Las palabras de la doctora seguían fluyendo, una hormiguita tras otra. Alicia decía a todo que sí, aunque hacía tiempo que había dejado de escuchar. Claro que se sentiría bien: en cuanto su hermano David volviese a casa. Claro que recuperaría su rutina. Claro que tenía un objetivo en la vida para seguir adelante. No necesitaba la ayuda de ninguna psicóloga de pacotilla. Lo que le había pasado a David no había sido culpa suya. Se lo había explicado todo Carla. Todo había sido culpa del desgraciado que la había secuestrado.

Cerró los ojos y volvió a ver aquella mirada despiadada. Por un instante su mente regresó a la oscuridad del sótano. El silencio pesaba en el ambiente como el agua a treinta metros de profundidad. Imágenes horrendas volvieron a sus pensamientos más oscuros. Alicia empezó a hiperventilar.

—Tranquila —dijo la psicóloga. La cogió de la mano—. Te llevará un tiempo superarlo, pero lo conseguirás. Ahora voy a pedirle a tu madre que entre.

La doctora salió de la habitación y regresó al cabo de unos instantes acompañada de la madre de Alicia.

Su madre tenía los ojos enrojecidos y unas ojeras que le llegaban al suelo. Estaba palidísima, la pobre. A Alicia le pareció que su madre estaba más guapa que nunca. Ojalá ella misma se pareciese más a su madre.

—No llores, mi niña, pero ¿qué te han hecho?

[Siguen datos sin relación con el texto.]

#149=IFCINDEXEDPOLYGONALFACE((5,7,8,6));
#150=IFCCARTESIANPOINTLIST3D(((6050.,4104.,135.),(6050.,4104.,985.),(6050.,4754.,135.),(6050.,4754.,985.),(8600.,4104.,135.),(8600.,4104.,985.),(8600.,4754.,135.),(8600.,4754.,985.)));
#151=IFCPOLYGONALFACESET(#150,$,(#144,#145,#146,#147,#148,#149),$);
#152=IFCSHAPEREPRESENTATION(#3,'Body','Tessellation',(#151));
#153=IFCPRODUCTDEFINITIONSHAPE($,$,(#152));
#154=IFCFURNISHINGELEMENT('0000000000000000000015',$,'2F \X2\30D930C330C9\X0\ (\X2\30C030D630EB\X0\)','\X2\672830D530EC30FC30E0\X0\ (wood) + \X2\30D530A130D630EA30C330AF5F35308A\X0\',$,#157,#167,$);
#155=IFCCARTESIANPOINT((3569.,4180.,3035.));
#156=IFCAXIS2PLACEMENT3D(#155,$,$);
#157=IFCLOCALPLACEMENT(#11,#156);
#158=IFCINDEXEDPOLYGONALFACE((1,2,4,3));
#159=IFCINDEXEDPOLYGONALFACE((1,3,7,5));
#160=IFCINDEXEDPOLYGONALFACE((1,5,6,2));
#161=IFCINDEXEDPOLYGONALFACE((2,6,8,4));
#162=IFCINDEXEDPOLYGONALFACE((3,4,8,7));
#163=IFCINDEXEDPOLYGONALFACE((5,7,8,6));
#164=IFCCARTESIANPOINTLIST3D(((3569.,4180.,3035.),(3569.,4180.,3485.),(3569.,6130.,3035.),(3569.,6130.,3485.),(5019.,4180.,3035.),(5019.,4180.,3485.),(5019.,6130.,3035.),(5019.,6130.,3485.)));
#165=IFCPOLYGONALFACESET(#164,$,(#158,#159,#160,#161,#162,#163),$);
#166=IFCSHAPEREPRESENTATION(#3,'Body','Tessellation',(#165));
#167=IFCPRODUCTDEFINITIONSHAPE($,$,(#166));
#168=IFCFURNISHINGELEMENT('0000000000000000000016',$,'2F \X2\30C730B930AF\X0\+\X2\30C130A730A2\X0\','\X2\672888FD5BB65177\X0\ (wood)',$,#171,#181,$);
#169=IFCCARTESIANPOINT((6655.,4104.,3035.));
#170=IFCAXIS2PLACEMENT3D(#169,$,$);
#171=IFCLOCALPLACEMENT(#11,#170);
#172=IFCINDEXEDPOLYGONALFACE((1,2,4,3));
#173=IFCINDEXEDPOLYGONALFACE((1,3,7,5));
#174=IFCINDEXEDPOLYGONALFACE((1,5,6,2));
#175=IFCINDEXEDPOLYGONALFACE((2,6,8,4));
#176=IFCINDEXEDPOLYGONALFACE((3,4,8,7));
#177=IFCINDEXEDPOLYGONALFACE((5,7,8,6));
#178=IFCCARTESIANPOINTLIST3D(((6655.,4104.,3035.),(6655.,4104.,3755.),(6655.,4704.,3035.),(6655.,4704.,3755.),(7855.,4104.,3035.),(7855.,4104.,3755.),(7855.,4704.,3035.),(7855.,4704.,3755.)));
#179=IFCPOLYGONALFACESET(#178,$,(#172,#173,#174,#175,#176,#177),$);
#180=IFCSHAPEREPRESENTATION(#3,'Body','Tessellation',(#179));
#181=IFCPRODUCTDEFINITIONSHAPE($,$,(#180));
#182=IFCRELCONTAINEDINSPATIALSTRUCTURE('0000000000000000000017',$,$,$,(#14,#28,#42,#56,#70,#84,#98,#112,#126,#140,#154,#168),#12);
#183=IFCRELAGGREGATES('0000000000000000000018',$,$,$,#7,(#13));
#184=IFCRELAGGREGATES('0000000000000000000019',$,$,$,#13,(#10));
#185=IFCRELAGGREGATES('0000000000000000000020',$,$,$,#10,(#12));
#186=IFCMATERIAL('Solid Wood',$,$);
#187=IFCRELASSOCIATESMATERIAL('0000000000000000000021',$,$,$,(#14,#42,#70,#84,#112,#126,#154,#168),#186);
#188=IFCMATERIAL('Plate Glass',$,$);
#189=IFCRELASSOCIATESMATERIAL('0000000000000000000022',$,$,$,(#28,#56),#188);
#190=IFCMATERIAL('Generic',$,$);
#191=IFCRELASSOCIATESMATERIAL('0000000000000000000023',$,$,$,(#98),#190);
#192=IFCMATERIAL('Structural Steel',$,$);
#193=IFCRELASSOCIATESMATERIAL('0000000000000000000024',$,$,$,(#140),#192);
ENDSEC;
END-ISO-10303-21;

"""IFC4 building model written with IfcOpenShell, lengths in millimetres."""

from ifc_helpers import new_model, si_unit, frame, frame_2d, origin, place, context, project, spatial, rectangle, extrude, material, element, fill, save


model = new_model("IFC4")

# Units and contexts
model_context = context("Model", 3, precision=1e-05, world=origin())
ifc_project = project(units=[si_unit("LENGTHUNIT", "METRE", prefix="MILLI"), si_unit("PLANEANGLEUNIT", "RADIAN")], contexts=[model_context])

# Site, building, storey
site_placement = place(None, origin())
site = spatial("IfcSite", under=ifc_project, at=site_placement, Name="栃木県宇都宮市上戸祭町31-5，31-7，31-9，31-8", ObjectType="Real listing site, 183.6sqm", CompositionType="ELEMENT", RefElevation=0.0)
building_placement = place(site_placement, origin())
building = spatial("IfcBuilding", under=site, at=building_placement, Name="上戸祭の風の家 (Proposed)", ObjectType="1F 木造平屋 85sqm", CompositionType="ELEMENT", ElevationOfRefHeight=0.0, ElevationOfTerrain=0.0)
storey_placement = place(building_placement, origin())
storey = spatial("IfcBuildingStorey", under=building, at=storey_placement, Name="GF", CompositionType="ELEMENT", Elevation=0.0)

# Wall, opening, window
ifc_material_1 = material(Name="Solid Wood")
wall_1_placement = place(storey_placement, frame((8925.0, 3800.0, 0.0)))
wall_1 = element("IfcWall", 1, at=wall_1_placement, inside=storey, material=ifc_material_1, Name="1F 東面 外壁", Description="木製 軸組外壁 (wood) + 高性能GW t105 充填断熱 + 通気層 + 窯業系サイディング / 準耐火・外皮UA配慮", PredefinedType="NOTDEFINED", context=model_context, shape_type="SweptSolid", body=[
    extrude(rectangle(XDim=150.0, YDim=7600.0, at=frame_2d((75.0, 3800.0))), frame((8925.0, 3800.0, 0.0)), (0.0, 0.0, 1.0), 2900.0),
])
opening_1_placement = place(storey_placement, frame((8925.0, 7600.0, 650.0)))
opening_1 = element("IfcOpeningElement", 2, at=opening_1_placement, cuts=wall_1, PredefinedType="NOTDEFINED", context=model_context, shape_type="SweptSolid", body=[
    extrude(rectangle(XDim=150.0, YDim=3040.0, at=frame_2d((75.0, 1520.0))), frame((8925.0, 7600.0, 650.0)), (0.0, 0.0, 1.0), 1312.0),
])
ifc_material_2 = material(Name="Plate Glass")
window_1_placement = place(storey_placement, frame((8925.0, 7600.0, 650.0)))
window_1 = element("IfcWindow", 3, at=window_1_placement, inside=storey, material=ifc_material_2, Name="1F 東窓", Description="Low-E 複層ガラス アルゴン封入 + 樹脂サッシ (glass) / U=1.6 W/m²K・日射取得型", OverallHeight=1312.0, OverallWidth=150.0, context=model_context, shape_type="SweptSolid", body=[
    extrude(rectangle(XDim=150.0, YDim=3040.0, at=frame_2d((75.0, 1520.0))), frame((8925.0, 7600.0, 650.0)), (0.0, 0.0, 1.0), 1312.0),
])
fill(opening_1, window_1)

Su madre la abrazó con fuerza y solo cuando Alicia sintió que se empapaba la tela del vestido al contacto con sus mejillas se dio cuenta de que estaba llorando.

Veinte minutos después le dieron el alta. Alicia se puso la ropa que le había traído su madre y ambas abandonaron el hospital.

En el exterior todo estaba cubierto de nieve. Era bonito. El ruido del tráfico era como el rumor del mar. El cielo estaba limpio y azul y el aire muy frío. Alicia se puso a temblar. Iba cogida del brazo de su madre y se apretó contra ella.

Atravesaron un pequeño jardín que rodeaba el hospital. Las ramas de los árboles se combaban bajo el peso de la nieve. Todo el mundo se apresuraba de un lado a otro para protegerse del frío.

—¿Has venido en autobús? —preguntó Alicia.

—No. Mario me trajo en su coche. —Su madre señaló al otro lado de la calle, donde aguardaba el Mercedes negro de Mario el Armario, estacionado en doble fila.

Alicia vio al hombretón instalado en el asiento del conductor, con un brazo fuera de la ventanilla y un cigarrillo humeante entre los dedos.

Mario el Armario. Jo, nunca se iba a librar de él. Sus miradas se cruzaron. El hombre la obsequió con una sonrisa cínica. A la mente de Alicia acudió la desaparición de Erica y el recuerdo del joven de la cicatriz que había sido acusado del secuestro. Recordó cómo el tío se había metido en aquel mismo coche cuando salió del supermercado.

Se le ocurrió pensar que a lo mejor Erica también había acabado en algún sótano oscuro.

Pero nadie había ido a rescatar a Erica.

El peso que sentía en su pecho se intensificó. La sangre parecía habérsele convertido en un metal pesado.

—Mamá —dijo en un susurro—. Cuando lleguemos a casa tengo que contarte una cosa de tu novio.